認知症リスクが3割高まる危険な「睡眠時間」

最新研究で判明した睡眠不足が招くリスク

慢性的な睡眠不足は認知症のリスクを高める可能性がある(写真:Graphs/PIXTA)

睡眠不足が認知症のリスクを高める可能性はあるのか。

研究者はかねて睡眠と認知機能低下の関係を明らかにしようとしてきたが、なかなか答えにたどり着けないでいる。認知症につながる脳の変化が原因で睡眠不足になっているのか、それとも睡眠不足が原因で認知症につながる脳の変化が起きているか、その判別が難しいからだ。

だが、新たに発表された大規模研究はこれまでになく説得力がある。50〜60代で睡眠不足だった人は後に認知症になるリスクが高まる可能性がある、というものだ。

6時間以下の睡眠で危険度は3割上昇

学術誌『ネイチャーコミュニケーションズ』で4月20日に公開されたこの研究には限界もあるが、さまざまな点で説得力がある。これはイギリスで約8000人を50歳以降から約25年にわたって追跡調査したもの。
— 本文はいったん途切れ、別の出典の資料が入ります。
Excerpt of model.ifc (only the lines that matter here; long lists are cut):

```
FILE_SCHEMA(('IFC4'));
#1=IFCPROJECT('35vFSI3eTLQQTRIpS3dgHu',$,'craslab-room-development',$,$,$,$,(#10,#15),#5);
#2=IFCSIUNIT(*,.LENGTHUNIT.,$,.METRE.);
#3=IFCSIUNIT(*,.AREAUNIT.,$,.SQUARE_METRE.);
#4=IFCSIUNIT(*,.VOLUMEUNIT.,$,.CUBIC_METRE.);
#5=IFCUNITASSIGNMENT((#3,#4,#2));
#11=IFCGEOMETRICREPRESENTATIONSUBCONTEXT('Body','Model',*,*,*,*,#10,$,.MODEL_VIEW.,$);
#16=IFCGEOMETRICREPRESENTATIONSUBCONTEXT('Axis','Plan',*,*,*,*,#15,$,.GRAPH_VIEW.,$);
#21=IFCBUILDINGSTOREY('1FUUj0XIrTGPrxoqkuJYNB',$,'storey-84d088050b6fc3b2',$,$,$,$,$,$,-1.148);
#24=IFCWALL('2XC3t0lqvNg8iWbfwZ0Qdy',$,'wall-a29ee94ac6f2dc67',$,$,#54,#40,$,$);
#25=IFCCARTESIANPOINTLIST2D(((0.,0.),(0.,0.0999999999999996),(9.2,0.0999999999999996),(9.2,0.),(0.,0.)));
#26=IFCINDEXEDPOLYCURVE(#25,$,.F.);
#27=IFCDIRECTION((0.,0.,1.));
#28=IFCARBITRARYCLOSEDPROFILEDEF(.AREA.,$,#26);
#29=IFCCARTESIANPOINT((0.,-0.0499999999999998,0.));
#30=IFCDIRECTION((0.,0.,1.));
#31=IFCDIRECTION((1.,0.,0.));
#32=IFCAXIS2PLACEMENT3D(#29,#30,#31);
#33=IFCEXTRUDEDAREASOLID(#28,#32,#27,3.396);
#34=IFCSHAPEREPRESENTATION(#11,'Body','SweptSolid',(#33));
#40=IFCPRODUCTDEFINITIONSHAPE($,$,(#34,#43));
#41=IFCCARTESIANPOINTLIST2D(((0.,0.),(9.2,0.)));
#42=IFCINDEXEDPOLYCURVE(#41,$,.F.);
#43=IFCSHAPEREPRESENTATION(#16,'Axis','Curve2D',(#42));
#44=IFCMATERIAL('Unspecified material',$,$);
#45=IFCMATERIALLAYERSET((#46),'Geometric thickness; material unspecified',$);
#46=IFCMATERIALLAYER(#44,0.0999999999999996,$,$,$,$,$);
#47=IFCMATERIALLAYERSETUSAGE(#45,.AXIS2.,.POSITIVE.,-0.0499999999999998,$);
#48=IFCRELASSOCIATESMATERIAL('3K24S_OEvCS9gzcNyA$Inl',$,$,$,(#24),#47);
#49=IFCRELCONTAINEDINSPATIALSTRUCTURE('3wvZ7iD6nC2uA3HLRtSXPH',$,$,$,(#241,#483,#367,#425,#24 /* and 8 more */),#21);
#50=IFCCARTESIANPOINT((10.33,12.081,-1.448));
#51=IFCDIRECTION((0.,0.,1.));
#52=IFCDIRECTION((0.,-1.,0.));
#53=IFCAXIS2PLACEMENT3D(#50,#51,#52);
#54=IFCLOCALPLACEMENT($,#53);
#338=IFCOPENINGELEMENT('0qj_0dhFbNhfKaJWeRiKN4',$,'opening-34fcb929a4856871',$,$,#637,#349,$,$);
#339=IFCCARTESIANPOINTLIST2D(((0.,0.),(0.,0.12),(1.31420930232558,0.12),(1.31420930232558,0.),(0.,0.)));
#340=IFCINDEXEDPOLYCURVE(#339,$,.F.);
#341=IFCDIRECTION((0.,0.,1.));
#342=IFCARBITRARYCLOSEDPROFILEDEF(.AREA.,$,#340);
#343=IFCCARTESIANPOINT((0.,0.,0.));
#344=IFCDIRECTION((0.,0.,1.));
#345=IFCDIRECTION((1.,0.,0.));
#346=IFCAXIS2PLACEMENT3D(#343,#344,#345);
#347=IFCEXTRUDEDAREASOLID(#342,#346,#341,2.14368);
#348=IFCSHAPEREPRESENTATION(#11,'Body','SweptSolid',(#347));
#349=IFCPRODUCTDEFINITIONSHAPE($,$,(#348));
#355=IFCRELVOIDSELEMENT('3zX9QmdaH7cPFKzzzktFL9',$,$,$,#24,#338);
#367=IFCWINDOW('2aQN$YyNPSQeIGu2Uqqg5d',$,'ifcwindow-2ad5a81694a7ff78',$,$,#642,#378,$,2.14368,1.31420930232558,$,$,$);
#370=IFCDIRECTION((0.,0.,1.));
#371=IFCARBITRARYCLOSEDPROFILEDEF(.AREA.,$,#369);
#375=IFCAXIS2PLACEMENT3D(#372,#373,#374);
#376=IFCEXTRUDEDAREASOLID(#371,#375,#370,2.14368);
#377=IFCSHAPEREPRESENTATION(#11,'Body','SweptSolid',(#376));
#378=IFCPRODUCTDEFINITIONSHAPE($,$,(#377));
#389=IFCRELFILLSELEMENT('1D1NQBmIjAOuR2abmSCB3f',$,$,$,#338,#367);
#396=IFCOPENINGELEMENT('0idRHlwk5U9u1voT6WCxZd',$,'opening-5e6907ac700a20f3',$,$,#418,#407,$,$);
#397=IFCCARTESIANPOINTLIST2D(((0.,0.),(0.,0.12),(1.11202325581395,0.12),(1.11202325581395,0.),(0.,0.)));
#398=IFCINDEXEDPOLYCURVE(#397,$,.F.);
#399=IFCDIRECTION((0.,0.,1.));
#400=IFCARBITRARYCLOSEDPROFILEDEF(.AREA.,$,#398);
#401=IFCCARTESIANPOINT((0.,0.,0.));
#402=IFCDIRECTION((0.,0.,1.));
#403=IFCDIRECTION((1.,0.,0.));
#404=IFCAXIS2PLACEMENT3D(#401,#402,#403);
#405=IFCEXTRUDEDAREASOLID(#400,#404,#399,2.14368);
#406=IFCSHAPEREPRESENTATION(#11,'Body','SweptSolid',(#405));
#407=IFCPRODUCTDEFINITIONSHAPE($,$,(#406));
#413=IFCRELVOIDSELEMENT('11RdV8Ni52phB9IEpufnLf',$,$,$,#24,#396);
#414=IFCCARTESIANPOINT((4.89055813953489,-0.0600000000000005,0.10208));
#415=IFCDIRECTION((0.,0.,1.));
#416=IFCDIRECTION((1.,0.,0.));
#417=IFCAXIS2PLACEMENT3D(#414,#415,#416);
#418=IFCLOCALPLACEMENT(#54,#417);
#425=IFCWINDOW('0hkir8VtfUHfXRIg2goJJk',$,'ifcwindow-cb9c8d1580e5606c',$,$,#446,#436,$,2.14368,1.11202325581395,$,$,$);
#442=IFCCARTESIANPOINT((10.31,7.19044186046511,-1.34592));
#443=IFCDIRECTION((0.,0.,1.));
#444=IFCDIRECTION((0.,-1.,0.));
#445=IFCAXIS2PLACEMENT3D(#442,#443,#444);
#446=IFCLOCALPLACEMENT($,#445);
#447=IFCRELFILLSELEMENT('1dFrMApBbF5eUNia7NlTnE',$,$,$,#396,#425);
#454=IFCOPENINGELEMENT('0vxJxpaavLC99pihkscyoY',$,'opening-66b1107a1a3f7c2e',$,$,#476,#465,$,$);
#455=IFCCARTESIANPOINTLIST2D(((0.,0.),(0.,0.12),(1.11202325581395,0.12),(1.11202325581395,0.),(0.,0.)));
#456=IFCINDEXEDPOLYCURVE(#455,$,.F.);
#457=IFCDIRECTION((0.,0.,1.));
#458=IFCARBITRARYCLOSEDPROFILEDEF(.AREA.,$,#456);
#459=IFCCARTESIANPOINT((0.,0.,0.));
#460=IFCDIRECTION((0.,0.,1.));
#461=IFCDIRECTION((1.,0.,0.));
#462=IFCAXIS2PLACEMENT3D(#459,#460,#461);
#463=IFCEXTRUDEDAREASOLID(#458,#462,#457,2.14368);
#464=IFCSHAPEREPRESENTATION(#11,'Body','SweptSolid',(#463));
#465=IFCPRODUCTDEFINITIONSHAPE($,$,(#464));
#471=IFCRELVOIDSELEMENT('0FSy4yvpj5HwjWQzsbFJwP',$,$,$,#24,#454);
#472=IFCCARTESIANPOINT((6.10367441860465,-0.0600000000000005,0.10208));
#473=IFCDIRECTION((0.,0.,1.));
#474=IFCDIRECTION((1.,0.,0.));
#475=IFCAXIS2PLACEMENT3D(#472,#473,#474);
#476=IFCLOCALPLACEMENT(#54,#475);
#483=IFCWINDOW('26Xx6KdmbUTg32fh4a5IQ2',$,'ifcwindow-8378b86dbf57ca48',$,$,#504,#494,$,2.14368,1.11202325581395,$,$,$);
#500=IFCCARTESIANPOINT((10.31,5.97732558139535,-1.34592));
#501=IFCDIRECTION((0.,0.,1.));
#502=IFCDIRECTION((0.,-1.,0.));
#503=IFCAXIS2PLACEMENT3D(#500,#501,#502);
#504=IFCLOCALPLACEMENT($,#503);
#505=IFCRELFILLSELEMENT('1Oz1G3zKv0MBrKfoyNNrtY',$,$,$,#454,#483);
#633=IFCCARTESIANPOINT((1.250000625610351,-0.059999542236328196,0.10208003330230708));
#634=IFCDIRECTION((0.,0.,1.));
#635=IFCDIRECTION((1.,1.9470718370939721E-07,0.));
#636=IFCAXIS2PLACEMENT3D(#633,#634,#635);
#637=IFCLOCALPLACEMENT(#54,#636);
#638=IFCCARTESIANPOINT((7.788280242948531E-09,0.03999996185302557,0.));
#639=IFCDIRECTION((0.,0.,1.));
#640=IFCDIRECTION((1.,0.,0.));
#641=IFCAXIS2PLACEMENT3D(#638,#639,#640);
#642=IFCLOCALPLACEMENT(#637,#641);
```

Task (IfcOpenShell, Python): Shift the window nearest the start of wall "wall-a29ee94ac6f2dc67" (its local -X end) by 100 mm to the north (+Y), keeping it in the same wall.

```python
import ifcopenshell
import ifcopenshell.api.geometry
import ifcopenshell.util.placement
import ifcopenshell.util.unit

model = ifcopenshell.open("model.ifc")
unit_scale = ifcopenshell.util.unit.calculate_unit_scale(model)

window = model.by_guid("2aQN$YyNPSQeIGu2Uqqg5d")
opening = window.FillsVoids[0].RelatingOpeningElement
wall = opening.VoidsElements[0].RelatingBuildingElement

wall_matrix = ifcopenshell.util.placement.get_local_placement(wall.ObjectPlacement)
shift = wall_matrix[:3, 0] * -0.1 / unit_scale
before = ifcopenshell.util.placement.get_local_placement(window.ObjectPlacement)[:3, 3].copy()

# The window is placed relative to its opening, so it follows when the opening moves.
matrix = ifcopenshell.util.placement.get_local_placement(opening.ObjectPlacement)
matrix[:3, 3] += shift
ifcopenshell.api.geometry.edit_object_placement(
    model, product=opening, matrix=matrix, is_si=False, should_transform_children=True
)

after = ifcopenshell.util.placement.get_local_placement(window.ObjectPlacement)[:3, 3]
print("window moved by", (after - before).round(3) + 0.0)

model.write("model_rev.ifc")
```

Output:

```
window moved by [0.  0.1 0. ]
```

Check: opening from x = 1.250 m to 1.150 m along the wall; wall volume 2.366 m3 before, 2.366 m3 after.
平日夜の睡眠時間が平均6時間以下だと繰り返し回答していた人は、普段7時間の睡眠(同研究ではこれが「正常」の睡眠と定義されている)をとっていた人に対し、30年近くたってから認知症と診断される確率がおよそ30%も高くなることがわかった。

「認知症と診断される30年近く前に、認知症の症状として睡眠不足になっていた可能性は極めて低い。これは睡眠不足が実際に危険因子であることを強く裏付ける重要な研究だ」。カリフォルニア大学サンフランシスコ校のクリスティン・ヤッフェ教授(神経学、精神医学)はそう話す。教授は今回の研究には関与していない。

認知症では記憶・思考障害が表れる15〜20年ほど前に、アルツハイマー病との関連が指摘されるタンパク質が蓄積するといった変化が脳で始まることが知られている。認知症になる約15〜20年前に表れた睡眠障害は、認知症の症状だった可能性もあるということだ。

このため「鶏が先か卵が先か、つまり睡眠障害と認知症の病理的変化のどちらが先なのかという点」が問題になってきた、とセントルイス・ワシントン大学医学部で生体リズム・睡眠センターの共同所長を務めるエリック・ミューシック准教授(神経学)は指摘する。准教授も今回の研究には関与していない。